Wer auch immer die Idee hatte, Phil Lanzon auf "Living The Dream" von der Kette zu lassen, lag damit goldrichtig. Sein Hammond-Spiel verleiht dem Großteil der Nummern den entscheidenden Drive und lässt die Band so frisch und unverbraucht klingen, daß sich ein "Aha"-Effekt ähnlich wie seinerzeit beim Erscheinen von "Sea Of Light" einstellt.

Dazu trägt auch die über weite Strecken gesteigerte Songlänge bei, welche zwar an einigen wenigen Stellen einen Umweg zu viel benötigt, um auf den Punkt zu kommen, auf der anderen Seite aber Songs wie dem grandiosen "Rocks In The Road" genau die Zeit gibt, sich langsam zu entfalten und einen Spannungsbogen aufzubauen.

Natürlich wurden mit "AaAaAaAaAAAaaa"-Gesängen und WahWah-Gitarren auch wieder die URIAH HEEP-typischen Trademarks eingebaut, so daß der Fan auch bekommt, was er erwartet.
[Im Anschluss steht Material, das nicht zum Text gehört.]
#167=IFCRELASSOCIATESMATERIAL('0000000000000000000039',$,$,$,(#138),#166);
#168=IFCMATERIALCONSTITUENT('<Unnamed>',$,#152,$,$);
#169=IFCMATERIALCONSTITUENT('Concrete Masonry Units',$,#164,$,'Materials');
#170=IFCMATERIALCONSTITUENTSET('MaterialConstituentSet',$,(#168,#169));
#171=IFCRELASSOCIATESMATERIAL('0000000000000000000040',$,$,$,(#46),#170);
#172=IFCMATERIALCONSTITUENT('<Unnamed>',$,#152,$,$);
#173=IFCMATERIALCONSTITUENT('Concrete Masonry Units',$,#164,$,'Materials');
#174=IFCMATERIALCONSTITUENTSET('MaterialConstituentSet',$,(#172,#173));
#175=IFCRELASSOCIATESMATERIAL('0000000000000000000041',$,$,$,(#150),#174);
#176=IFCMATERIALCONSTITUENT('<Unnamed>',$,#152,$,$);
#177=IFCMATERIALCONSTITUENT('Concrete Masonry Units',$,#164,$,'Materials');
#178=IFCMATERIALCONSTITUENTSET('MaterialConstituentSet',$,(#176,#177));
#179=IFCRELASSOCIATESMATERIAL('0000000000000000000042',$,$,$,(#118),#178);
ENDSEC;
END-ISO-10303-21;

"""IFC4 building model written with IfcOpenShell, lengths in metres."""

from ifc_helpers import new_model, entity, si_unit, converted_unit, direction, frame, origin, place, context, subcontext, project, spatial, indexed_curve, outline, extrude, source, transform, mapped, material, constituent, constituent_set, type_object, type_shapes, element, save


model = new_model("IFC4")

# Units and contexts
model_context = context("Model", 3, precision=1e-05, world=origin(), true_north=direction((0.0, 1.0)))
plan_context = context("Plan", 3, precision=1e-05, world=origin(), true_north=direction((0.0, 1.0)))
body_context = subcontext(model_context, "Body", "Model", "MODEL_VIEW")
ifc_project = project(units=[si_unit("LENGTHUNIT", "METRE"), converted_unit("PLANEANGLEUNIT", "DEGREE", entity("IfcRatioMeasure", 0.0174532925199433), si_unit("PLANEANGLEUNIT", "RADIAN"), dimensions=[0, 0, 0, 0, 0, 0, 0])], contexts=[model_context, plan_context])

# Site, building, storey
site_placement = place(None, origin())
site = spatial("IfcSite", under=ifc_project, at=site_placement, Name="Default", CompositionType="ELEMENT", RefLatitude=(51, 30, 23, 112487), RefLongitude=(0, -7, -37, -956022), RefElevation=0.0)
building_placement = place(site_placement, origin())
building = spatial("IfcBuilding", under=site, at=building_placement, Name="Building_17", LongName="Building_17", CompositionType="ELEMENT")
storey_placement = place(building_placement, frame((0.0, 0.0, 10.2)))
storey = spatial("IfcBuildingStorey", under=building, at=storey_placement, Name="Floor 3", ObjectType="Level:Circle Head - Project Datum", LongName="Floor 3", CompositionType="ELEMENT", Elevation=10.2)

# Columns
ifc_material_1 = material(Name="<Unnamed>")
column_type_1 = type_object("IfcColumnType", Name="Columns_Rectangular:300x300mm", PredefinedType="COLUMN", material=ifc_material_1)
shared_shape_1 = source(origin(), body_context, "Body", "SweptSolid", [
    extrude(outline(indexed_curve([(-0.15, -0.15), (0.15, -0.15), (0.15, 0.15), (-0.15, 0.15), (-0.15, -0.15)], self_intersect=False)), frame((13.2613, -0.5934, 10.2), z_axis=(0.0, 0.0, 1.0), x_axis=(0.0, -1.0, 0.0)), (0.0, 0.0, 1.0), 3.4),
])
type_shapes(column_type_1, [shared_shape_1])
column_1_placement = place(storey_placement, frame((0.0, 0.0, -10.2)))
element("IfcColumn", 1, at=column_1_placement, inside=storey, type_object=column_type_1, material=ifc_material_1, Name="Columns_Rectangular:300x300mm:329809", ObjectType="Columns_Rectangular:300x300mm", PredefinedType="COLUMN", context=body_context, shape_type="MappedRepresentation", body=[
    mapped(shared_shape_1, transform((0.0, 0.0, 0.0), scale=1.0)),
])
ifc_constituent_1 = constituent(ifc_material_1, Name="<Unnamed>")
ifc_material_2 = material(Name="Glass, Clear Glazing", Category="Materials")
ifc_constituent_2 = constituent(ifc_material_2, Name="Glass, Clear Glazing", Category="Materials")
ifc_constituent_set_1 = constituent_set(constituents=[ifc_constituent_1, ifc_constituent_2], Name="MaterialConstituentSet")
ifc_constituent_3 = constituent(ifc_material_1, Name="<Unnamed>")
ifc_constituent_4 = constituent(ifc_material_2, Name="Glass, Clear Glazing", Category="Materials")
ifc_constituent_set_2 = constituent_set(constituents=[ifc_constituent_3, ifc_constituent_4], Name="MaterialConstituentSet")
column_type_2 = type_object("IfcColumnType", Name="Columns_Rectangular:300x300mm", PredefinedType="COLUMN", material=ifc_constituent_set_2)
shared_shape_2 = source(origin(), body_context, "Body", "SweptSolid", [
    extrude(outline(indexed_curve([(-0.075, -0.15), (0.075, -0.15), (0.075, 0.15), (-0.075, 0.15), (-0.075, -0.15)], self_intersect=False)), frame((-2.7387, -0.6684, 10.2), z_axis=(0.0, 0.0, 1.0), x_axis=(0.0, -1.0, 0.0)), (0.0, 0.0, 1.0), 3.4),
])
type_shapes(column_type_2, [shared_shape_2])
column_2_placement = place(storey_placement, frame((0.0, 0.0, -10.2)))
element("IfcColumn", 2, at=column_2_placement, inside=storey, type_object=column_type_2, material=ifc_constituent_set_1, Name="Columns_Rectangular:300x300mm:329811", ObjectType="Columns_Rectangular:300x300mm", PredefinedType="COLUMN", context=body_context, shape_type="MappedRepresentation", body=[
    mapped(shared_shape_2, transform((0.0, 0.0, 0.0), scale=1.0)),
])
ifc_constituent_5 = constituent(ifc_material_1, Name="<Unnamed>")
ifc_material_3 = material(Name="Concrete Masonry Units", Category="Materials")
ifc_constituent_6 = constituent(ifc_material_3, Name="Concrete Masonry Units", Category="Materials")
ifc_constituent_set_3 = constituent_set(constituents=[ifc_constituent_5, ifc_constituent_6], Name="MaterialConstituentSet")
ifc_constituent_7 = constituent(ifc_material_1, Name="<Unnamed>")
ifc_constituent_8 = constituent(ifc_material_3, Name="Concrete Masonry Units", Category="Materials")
Dazu brilliert neben Phil Lanzon auch der nicht mehr ganz so neue Sänger Bernie Shaw, der beweist, daß er zumindest im Studio noch gut bei Stimme ist.

Es bleibt zu hoffen, daß einige (viele!) der neuen Nummern auch den Weg in die Setlist der kommenden Tour finden und nicht wie bei manch anderer Band nur ein oder zwei Songs als Alibi-Elemente zwischen den Klassikern, die man leider schon seit Jahren auswenig kennt, versteckt werden.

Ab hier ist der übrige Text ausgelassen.